• [Data under study]:
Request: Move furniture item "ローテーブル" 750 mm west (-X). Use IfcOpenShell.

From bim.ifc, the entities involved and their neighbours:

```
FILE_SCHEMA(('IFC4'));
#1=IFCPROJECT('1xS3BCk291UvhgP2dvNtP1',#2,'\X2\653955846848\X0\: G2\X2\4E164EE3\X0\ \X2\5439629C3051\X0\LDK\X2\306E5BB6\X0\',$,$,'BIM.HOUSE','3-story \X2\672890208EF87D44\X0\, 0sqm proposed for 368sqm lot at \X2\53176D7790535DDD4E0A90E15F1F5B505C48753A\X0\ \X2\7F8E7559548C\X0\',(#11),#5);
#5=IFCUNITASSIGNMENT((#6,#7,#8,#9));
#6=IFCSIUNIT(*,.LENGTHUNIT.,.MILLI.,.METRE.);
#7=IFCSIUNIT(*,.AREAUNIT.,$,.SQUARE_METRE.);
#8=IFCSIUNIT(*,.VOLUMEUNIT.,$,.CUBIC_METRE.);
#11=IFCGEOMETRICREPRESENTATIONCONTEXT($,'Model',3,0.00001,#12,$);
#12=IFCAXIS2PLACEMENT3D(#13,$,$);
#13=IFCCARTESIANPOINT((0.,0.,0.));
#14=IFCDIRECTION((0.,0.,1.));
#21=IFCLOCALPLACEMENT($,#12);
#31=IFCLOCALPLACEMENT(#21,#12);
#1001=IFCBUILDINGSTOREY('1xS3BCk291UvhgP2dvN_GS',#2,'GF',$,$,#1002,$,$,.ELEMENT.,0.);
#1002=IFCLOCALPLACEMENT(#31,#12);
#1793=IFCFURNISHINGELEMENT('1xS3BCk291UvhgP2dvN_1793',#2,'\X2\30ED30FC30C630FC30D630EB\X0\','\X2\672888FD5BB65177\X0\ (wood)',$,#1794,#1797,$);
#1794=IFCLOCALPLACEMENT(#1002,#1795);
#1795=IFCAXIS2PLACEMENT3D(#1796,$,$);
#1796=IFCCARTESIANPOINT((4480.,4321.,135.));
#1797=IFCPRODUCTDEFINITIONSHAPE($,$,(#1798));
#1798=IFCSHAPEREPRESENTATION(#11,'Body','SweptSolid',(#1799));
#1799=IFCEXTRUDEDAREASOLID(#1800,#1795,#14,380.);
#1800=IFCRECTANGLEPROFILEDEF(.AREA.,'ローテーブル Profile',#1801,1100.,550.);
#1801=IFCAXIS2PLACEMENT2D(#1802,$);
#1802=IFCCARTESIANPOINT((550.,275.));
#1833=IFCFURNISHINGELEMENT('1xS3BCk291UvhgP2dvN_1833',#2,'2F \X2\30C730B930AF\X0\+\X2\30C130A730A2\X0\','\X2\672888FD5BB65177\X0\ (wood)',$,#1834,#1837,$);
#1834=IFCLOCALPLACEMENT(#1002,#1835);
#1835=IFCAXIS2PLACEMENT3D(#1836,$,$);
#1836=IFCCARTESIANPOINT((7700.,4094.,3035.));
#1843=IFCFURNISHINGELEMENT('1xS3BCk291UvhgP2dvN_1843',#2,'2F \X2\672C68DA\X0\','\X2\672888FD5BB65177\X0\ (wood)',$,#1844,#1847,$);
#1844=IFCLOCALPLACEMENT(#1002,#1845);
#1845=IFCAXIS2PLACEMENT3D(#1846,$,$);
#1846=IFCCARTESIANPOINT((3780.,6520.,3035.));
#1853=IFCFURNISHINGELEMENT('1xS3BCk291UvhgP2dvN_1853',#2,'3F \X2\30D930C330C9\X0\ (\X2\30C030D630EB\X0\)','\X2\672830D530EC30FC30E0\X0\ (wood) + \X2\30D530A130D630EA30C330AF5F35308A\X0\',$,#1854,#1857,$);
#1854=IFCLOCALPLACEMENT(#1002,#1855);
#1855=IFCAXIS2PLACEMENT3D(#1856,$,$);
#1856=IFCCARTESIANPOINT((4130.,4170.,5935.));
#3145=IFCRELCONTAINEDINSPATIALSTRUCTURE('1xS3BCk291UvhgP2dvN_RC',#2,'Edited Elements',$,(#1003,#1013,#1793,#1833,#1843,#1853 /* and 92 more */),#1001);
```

```python
import ifcopenshell
import ifcopenshell.api.geometry
import ifcopenshell.util.placement
import ifcopenshell.util.unit

model = ifcopenshell.open("bim.ifc")
unit_scale = ifcopenshell.util.unit.calculate_unit_scale(model)

item = model.by_id(1793)
matrix = ifcopenshell.util.placement.get_local_placement(item.ObjectPlacement)
matrix[0, 3] -= 0.75 / unit_scale
ifcopenshell.api.geometry.edit_object_placement(model, product=item, matrix=matrix, is_si=False)

print(ifcopenshell.util.placement.get_local_placement(item.ObjectPlacement).round(3) + 0.0)

model.write("bim_updated.ifc")
```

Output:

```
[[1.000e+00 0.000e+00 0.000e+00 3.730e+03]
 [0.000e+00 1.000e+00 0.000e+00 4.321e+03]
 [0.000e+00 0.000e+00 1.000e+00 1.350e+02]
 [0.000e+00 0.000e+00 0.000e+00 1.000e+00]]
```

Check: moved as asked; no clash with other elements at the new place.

• [Problem statement]: What's needed is an exact copy of every entry.

• [Finished exercise]:
Request: Move furniture item "ローテーブル" 750 mm west (-X). Use IfcOpenShell.

From bim.ifc, the entities involved and their neighbours:

```
FILE_SCHEMA(('IFC4'));
#1=IFCPROJECT('1xS3BCk291UvhgP2dvNtP1',#2,'\X2\653955846848\X0\: G2\X2\4E164EE3\X0\ \X2\5439629C3051\X0\LDK\X2\306E5BB6\X0\',$,$,'BIM.HOUSE','3-story \X2\672890208EF87D44\X0\, 0sqm proposed for 368sqm lot at \X2\53176D7790535DDD4E0A90E15F1F5B505C48753A\X0\ \X2\7F8E7559548C\X0\',(#11),#5);
#5=IFCUNITASSIGNMENT((#6,#7,#8,#9));
#6=IFCSIUNIT(*,.LENGTHUNIT.,.MILLI.,.METRE.);
#7=IFCSIUNIT(*,.AREAUNIT.,$,.SQUARE_METRE.);
#8=IFCSIUNIT(*,.VOLUMEUNIT.,$,.CUBIC_METRE.);
#11=IFCGEOMETRICREPRESENTATIONCONTEXT($,'Model',3,0.00001,#12,$);
#12=IFCAXIS2PLACEMENT3D(#13,$,$);
#13=IFCCARTESIANPOINT((0.,0.,0.));
#14=IFCDIRECTION((0.,0.,1.));
#21=IFCLOCALPLACEMENT($,#12);
#31=IFCLOCALPLACEMENT(#21,#12);
#1001=IFCBUILDINGSTOREY('1xS3BCk291UvhgP2dvN_GS',#2,'GF',$,$,#1002,$,$,.ELEMENT.,0.);
#1002=IFCLOCALPLACEMENT(#31,#12);
#1793=IFCFURNISHINGELEMENT('1xS3BCk291UvhgP2dvN_1793',#2,'\X2\30ED30FC30C630FC30D630EB\X0\','\X2\672888FD5BB65177\X0\ (wood)',$,#1794,#1797,$);
#1794=IFCLOCALPLACEMENT(#1002,#1795);
#1795=IFCAXIS2PLACEMENT3D(#1796,$,$);
#1796=IFCCARTESIANPOINT((4480.,4321.,135.));
#1797=IFCPRODUCTDEFINITIONSHAPE($,$,(#1798));
#1798=IFCSHAPEREPRESENTATION(#11,'Body','SweptSolid',(#1799));
#1799=IFCEXTRUDEDAREASOLID(#1800,#1795,#14,380.);
#1800=IFCRECTANGLEPROFILEDEF(.AREA.,'ローテーブル Profile',#1801,1100.,550.);
#1801=IFCAXIS2PLACEMENT2D(#1802,$);
#1802=IFCCARTESIANPOINT((550.,275.));
#1833=IFCFURNISHINGELEMENT('1xS3BCk291UvhgP2dvN_1833',#2,'2F \X2\30C730B930AF\X0\+\X2\30C130A730A2\X0\','\X2\672888FD5BB65177\X0\ (wood)',$,#1834,#1837,$);
#1834=IFCLOCALPLACEMENT(#1002,#1835);
#1835=IFCAXIS2PLACEMENT3D(#1836,$,$);
#1836=IFCCARTESIANPOINT((7700.,4094.,3035.));
#1843=IFCFURNISHINGELEMENT('1xS3BCk291UvhgP2dvN_1843',#2,'2F \X2\672C68DA\X0\','\X2\672888FD5BB65177\X0\ (wood)',$,#1844,#1847,$);
#1844=IFCLOCALPLACEMENT(#1002,#1845);
#1845=IFCAXIS2PLACEMENT3D(#1846,$,$);
#1846=IFCCARTESIANPOINT((3780.,6520.,3035.));
#1853=IFCFURNISHINGELEMENT('1xS3BCk291UvhgP2dvN_1853',#2,'3F \X2\30D930C330C9\X0\ (\X2\30C030D630EB\X0\)','\X2\672830D530EC30FC30E0\X0\ (wood) + \X2\30D530A130D630EA30C330AF5F35308A\X0\',$,#1854,#1857,$);
#1854=IFCLOCALPLACEMENT(#1002,#1855);
#1855=IFCAXIS2PLACEMENT3D(#1856,$,$);
#1856=IFCCARTESIANPOINT((4130.,4170.,5935.));
#3145=IFCRELCONTAINEDINSPATIALSTRUCTURE('1xS3BCk291UvhgP2dvN_RC',#2,'Edited Elements',$,(#1003,#1013,#1793,#1833,#1843,#1853 /* and 92 more */),#1001);
```

```python
import ifcopenshell
import ifcopenshell.api.geometry
import ifcopenshell.util.placement
import ifcopenshell.util.unit

model = ifcopenshell.open("bim.ifc")
unit_scale = ifcopenshell.util.unit.calculate_unit_scale(model)

item = model.by_id(1793)
matrix = ifcopenshell.util.placement.get_local_placement(item.ObjectPlacement)
matrix[0, 3] -= 0.75 / unit_scale
ifcopenshell.api.geometry.edit_object_placement(model, product=item, matrix=matrix, is_si=False)

print(ifcopenshell.util.placement.get_local_placement(item.ObjectPlacement).round(3) + 0.0)

model.write("bim_updated.ifc")
```

Output:

```
[[1.000e+00 0.000e+00 0.000e+00 3.730e+03]
 [0.000e+00 1.000e+00 0.000e+00 4.321e+03]
 [0.000e+00 0.000e+00 1.000e+00 1.350e+02]
 [0.000e+00 0.000e+00 0.000e+00 1.000e+00]]
```

Check: moved as asked; no clash with other elements at the new place.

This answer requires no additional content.